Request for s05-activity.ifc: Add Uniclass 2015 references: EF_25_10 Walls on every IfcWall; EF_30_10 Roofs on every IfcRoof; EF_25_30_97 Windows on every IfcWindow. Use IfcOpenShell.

First a look at what the model holds.

```python
import ifcopenshell

model = ifcopenshell.open("s05-activity.ifc")
print(model.schema)
print("classifications:", [c.Name for c in model.by_type("IfcClassification")])
for ifc_class in ("IfcDoor", "IfcRoof", "IfcStair", "IfcWall", "IfcWindow"):
    print(ifc_class, len(model.by_type(ifc_class)))
```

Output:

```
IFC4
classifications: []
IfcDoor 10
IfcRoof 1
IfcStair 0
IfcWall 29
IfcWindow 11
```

```python
import ifcopenshell
import ifcopenshell.api.classification

model = ifcopenshell.open("s05-activity.ifc")

system = ifcopenshell.api.classification.add_classification(model, classification="Uniclass 2015")

codes = {
    "IfcWall": ("EF_25_10", "Walls"),
    "IfcRoof": ("EF_30_10", "Roofs"),
    "IfcWindow": ("EF_25_30_97", "Windows"),
}
for ifc_class, (code, name) in codes.items():
    products = model.by_type(ifc_class)
    ifcopenshell.api.classification.add_reference(
        model, products=products, classification=system, identification=code, name=name
    )
    print(code, len(products))

model.write("s05-activity_v2.ifc")
```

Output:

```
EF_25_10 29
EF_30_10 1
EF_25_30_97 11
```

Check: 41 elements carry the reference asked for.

● **What you have to do**
The material is to be given again in full and without variation.

● **Answer below**
Request for s05-activity.ifc: Add Uniclass 2015 references: EF_25_10 Walls on every IfcWall; EF_30_10 Roofs on every IfcRoof; EF_25_30_97 Windows on every IfcWindow. Use IfcOpenShell.

First a look at what the model holds.

```python
import ifcopenshell

model = ifcopenshell.open("s05-activity.ifc")
print(model.schema)
print("classifications:", [c.Name for c in model.by_type("IfcClassification")])
for ifc_class in ("IfcDoor", "IfcRoof", "IfcStair", "IfcWall", "IfcWindow"):
    print(ifc_class, len(model.by_type(ifc_class)))
```

Output:

```
IFC4
classifications: []
IfcDoor 10
IfcRoof 1
IfcStair 0
IfcWall 29
IfcWindow 11
```

```python
import ifcopenshell
import ifcopenshell.api.classification

model = ifcopenshell.open("s05-activity.ifc")

system = ifcopenshell.api.classification.add_classification(model, classification="Uniclass 2015")

codes = {
    "IfcWall": ("EF_25_10", "Walls"),
    "IfcRoof": ("EF_30_10", "Roofs"),
    "IfcWindow": ("EF_25_30_97", "Windows"),
}
for ifc_class, (code, name) in codes.items():
    products = model.by_type(ifc_class)
    ifcopenshell.api.classification.add_reference(
        model, products=products, classification=system, identification=code, name=name
    )
    print(code, len(products))

model.write("s05-activity_v2.ifc")
```

Output:

```
EF_25_10 29
EF_30_10 1
EF_25_30_97 11
```

Check: 41 elements carry the reference asked for.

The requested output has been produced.